**ACTIVITY:**
Among the entries below, please repeat exactly and only the lines from the line containing "#1=IFCCARTESIANPOINT((0.,0.,0.));" to the line containing "#6=IFCUNITASSIGNMENT((#4,#5));", both lines included.

**PROVIDED INFORMATION:**
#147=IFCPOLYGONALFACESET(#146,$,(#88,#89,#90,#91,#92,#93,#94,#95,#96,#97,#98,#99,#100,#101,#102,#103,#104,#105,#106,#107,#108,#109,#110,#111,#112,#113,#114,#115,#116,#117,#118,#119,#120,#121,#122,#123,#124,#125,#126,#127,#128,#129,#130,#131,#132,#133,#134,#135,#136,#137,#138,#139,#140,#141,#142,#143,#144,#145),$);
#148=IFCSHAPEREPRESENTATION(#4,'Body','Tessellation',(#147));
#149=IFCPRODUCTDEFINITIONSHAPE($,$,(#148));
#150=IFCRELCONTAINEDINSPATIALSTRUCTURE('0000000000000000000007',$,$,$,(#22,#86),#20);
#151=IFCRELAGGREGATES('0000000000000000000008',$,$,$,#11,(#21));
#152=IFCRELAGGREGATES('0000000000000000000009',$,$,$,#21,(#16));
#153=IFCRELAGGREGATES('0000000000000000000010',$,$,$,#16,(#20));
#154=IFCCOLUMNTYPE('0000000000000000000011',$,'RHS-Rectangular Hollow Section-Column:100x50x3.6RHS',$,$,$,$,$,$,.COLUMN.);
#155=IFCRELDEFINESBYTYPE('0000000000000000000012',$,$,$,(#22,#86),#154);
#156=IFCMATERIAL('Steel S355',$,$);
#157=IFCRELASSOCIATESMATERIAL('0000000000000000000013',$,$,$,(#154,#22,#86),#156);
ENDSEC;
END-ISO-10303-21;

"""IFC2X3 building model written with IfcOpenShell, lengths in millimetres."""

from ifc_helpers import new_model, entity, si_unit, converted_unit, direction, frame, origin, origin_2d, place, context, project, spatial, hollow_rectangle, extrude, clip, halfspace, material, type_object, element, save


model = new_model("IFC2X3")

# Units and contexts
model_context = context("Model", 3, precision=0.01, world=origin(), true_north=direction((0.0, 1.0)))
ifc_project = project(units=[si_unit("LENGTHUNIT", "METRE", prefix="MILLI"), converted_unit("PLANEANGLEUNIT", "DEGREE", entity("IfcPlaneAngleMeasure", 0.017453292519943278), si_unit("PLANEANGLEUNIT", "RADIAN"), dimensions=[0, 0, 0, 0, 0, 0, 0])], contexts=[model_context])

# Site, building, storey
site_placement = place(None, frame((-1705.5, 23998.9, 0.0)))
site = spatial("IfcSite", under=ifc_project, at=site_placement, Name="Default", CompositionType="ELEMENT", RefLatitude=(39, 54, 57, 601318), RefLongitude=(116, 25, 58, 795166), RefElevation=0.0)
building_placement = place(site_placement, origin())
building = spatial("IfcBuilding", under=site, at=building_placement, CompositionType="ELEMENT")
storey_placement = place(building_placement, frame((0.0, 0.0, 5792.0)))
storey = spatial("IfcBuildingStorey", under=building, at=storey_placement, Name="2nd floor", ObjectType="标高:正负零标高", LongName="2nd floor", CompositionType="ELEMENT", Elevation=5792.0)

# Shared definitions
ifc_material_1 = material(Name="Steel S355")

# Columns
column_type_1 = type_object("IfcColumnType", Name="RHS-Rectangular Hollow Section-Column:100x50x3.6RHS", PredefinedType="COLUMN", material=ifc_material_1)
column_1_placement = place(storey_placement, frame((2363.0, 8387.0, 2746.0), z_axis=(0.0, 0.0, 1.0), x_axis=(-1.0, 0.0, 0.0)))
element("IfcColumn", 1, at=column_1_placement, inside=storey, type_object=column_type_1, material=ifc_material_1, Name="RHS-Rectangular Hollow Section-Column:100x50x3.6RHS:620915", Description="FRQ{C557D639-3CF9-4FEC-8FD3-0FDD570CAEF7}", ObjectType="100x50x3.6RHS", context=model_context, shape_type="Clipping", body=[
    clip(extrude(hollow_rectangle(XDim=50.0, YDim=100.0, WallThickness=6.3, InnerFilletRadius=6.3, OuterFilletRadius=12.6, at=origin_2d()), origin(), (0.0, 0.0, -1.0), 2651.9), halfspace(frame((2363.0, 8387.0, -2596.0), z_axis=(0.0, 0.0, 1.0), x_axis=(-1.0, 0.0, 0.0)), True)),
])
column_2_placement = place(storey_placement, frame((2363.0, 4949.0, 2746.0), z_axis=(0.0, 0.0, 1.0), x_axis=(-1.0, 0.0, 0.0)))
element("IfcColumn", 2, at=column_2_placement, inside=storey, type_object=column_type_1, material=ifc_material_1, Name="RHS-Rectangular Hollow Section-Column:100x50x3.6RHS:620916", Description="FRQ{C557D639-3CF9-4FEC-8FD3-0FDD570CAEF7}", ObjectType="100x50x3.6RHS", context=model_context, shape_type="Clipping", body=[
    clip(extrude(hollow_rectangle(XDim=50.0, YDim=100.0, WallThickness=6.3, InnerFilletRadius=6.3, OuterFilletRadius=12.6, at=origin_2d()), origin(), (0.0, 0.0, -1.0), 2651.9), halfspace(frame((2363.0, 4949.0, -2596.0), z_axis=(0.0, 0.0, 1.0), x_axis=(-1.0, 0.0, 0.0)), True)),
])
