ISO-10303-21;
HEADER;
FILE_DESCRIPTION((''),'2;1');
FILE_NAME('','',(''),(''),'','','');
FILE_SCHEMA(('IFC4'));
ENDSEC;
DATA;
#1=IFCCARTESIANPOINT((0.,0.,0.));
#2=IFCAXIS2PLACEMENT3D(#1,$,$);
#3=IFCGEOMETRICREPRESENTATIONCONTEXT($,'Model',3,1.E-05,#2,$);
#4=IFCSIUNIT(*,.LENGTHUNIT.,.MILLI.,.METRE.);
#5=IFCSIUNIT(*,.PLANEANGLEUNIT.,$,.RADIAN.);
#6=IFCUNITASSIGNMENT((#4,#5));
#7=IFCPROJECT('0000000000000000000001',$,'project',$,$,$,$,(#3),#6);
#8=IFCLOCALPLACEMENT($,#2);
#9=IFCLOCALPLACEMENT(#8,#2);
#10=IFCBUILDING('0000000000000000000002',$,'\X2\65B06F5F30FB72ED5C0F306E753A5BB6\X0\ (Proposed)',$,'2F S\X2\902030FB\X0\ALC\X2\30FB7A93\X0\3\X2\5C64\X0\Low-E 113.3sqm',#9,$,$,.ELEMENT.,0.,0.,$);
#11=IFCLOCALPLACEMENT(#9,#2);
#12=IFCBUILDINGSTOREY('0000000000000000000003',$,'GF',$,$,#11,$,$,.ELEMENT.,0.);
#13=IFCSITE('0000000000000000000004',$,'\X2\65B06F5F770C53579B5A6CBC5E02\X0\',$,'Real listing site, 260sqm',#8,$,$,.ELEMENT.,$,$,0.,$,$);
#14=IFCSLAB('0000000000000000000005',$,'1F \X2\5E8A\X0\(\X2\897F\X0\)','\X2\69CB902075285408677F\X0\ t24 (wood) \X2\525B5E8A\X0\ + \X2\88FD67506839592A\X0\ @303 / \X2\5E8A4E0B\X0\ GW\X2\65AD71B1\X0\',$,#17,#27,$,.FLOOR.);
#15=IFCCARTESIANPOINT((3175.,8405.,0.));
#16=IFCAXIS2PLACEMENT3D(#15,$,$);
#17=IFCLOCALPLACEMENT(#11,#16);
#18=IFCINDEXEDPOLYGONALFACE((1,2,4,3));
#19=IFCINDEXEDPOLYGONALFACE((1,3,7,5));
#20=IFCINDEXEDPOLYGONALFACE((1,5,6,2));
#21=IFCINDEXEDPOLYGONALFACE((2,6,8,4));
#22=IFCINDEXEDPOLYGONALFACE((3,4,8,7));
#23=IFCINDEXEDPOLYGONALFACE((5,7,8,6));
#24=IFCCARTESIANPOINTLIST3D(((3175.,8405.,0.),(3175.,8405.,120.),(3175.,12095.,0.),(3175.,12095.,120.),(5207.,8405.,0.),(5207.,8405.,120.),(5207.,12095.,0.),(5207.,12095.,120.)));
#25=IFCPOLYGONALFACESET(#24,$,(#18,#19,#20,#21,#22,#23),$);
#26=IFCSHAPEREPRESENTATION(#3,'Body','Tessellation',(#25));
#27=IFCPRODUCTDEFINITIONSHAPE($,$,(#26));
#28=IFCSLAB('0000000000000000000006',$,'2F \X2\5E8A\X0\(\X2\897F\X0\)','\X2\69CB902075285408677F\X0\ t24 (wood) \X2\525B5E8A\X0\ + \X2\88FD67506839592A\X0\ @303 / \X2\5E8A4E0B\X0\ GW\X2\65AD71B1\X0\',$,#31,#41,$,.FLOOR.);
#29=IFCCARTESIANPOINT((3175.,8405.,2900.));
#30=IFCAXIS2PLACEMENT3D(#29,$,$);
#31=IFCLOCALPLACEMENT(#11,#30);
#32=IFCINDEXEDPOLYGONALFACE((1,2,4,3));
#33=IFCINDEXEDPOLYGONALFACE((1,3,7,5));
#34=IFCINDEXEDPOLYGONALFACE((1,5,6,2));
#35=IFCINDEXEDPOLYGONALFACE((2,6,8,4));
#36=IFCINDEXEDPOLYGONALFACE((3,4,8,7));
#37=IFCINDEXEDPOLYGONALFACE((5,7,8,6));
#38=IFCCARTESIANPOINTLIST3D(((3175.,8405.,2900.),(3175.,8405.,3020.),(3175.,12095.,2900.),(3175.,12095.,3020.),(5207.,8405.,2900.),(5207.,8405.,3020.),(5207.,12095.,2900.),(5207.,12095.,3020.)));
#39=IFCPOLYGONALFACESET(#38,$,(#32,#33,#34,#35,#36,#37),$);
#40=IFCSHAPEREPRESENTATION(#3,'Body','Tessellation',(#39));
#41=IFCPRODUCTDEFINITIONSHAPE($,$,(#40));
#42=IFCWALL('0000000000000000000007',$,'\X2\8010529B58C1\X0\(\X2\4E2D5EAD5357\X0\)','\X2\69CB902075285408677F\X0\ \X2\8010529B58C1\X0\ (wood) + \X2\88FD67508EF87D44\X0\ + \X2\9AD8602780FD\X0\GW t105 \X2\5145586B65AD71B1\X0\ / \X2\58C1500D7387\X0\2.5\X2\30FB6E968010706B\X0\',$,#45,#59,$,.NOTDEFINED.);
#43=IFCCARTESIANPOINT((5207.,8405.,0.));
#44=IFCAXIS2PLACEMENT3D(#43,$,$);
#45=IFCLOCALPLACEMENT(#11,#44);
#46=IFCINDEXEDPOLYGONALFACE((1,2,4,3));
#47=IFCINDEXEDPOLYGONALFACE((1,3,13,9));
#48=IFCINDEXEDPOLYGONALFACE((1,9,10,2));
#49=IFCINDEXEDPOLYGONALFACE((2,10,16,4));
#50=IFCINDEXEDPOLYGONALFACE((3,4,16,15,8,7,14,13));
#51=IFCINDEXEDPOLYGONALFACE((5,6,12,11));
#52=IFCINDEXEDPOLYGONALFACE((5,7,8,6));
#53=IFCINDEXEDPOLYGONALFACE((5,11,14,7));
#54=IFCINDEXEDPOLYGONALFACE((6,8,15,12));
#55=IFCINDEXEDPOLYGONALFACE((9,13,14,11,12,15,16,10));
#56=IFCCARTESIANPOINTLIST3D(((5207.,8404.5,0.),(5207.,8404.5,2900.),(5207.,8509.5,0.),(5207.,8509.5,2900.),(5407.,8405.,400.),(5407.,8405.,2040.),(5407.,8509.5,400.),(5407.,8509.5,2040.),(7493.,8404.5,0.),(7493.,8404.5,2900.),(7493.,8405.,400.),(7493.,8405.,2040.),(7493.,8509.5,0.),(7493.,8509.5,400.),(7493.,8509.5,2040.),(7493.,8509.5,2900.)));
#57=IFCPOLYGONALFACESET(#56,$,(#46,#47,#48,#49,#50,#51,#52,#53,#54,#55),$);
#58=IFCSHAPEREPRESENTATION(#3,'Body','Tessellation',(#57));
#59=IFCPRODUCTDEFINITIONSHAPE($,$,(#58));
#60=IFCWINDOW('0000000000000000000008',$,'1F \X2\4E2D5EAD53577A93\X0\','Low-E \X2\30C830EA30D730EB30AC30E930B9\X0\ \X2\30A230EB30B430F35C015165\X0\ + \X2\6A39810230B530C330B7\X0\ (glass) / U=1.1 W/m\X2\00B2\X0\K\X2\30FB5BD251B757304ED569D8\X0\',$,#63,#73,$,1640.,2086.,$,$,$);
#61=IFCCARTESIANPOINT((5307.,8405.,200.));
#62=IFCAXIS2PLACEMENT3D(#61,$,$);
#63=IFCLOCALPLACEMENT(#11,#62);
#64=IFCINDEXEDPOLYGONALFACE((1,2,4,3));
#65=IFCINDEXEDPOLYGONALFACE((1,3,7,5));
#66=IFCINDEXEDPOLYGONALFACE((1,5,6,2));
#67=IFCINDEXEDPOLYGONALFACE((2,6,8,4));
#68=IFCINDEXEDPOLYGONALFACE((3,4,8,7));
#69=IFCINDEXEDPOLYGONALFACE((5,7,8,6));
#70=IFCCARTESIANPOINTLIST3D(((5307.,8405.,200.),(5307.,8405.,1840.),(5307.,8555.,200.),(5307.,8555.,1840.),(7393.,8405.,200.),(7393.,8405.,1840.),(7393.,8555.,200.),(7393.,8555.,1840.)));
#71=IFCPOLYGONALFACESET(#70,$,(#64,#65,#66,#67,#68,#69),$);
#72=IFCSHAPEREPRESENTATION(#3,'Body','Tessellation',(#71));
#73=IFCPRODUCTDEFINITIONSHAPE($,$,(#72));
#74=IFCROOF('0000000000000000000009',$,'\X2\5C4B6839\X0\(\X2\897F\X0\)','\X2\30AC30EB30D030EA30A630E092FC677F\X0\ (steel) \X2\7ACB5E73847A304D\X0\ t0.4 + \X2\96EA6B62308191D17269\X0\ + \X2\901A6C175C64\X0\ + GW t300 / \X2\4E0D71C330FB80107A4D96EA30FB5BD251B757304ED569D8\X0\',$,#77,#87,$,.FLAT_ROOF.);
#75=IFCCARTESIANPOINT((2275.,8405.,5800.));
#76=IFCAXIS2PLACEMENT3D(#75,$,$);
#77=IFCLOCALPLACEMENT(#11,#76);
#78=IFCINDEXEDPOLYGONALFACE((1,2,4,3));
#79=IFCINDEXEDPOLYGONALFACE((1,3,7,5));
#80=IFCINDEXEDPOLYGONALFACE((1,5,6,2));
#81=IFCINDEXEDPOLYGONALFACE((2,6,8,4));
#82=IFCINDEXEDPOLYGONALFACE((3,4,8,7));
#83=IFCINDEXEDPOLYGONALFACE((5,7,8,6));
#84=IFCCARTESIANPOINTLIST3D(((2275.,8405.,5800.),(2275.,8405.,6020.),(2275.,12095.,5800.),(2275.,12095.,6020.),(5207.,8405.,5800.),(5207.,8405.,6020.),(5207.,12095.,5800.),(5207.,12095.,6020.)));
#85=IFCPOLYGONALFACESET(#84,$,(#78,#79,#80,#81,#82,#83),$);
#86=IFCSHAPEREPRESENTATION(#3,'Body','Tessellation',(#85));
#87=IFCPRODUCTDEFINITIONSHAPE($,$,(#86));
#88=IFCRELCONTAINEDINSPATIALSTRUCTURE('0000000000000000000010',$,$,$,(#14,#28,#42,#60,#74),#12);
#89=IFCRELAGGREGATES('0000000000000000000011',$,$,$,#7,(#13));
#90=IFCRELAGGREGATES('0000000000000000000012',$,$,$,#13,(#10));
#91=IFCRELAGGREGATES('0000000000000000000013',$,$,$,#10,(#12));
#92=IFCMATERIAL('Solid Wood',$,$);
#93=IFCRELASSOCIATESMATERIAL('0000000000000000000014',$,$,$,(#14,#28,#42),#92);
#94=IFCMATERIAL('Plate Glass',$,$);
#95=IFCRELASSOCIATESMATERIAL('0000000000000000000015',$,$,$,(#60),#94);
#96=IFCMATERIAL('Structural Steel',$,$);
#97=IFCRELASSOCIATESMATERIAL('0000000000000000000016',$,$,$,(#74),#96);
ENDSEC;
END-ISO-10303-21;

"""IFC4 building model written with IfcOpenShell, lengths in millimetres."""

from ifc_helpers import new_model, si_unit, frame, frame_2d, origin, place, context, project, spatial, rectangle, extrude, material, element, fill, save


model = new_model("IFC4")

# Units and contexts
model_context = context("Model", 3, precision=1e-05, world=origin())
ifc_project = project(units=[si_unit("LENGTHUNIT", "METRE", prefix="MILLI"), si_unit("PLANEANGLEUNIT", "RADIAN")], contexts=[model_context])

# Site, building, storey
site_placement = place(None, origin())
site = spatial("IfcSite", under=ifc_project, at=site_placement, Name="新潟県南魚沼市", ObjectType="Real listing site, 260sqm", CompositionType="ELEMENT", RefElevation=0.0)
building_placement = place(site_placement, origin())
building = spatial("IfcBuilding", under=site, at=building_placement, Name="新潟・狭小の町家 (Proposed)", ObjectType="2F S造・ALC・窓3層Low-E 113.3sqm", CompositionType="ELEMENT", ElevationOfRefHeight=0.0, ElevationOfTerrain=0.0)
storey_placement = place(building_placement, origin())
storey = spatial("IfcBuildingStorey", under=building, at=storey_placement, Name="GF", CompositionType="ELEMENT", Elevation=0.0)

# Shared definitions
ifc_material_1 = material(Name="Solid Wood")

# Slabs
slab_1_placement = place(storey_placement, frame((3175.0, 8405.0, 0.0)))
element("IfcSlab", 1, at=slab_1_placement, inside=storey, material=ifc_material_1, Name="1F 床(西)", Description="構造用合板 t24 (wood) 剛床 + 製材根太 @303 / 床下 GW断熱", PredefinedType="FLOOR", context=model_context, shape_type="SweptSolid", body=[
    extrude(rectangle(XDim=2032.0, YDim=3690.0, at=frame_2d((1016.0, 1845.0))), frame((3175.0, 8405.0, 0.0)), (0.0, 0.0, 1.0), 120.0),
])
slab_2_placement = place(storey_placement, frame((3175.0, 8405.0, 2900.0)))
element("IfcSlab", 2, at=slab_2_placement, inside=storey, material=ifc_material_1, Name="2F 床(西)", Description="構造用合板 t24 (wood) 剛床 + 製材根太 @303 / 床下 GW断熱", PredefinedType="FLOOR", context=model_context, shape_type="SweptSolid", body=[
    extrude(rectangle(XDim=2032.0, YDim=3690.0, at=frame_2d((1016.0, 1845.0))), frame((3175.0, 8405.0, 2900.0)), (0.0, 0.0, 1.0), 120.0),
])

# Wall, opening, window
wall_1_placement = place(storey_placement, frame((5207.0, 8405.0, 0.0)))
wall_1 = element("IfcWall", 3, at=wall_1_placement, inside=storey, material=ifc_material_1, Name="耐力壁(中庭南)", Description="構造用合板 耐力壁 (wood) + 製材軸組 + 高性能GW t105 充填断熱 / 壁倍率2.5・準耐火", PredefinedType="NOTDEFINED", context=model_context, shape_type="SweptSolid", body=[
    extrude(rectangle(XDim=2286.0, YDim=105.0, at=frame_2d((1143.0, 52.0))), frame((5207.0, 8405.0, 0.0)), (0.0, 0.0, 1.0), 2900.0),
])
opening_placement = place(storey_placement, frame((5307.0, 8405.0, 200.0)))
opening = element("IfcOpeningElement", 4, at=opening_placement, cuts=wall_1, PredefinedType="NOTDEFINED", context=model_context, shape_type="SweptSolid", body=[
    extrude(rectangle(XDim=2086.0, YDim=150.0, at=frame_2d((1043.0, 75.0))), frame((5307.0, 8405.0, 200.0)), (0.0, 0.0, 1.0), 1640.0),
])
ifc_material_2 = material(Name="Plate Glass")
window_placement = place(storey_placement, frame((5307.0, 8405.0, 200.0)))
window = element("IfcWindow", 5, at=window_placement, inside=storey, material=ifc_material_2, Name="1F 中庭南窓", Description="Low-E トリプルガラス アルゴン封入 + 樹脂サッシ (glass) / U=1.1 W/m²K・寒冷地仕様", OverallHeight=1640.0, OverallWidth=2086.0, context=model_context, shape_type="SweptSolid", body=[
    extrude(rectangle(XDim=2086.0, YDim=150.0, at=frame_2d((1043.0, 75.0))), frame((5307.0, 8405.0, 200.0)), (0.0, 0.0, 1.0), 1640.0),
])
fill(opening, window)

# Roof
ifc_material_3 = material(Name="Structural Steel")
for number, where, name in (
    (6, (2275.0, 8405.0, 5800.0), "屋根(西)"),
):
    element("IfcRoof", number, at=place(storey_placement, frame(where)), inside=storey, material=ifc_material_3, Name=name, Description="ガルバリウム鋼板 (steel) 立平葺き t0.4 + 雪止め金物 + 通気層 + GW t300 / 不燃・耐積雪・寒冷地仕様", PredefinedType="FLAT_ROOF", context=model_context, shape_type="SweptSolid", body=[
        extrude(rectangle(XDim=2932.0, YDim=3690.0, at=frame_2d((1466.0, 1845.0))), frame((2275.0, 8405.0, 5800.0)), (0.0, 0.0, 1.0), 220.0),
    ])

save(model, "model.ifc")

**REPLY:**
#1=IFCCARTESIANPOINT((0.,0.,0.));
#2=IFCAXIS2PLACEMENT3D(#1,$,$);
#3=IFCGEOMETRICREPRESENTATIONCONTEXT($,'Model',3,1.E-05,#2,$);
#4=IFCSIUNIT(*,.LENGTHUNIT.,.MILLI.,.METRE.);
#5=IFCSIUNIT(*,.PLANEANGLEUNIT.,$,.RADIAN.);
#6=IFCUNITASSIGNMENT((#4,#5));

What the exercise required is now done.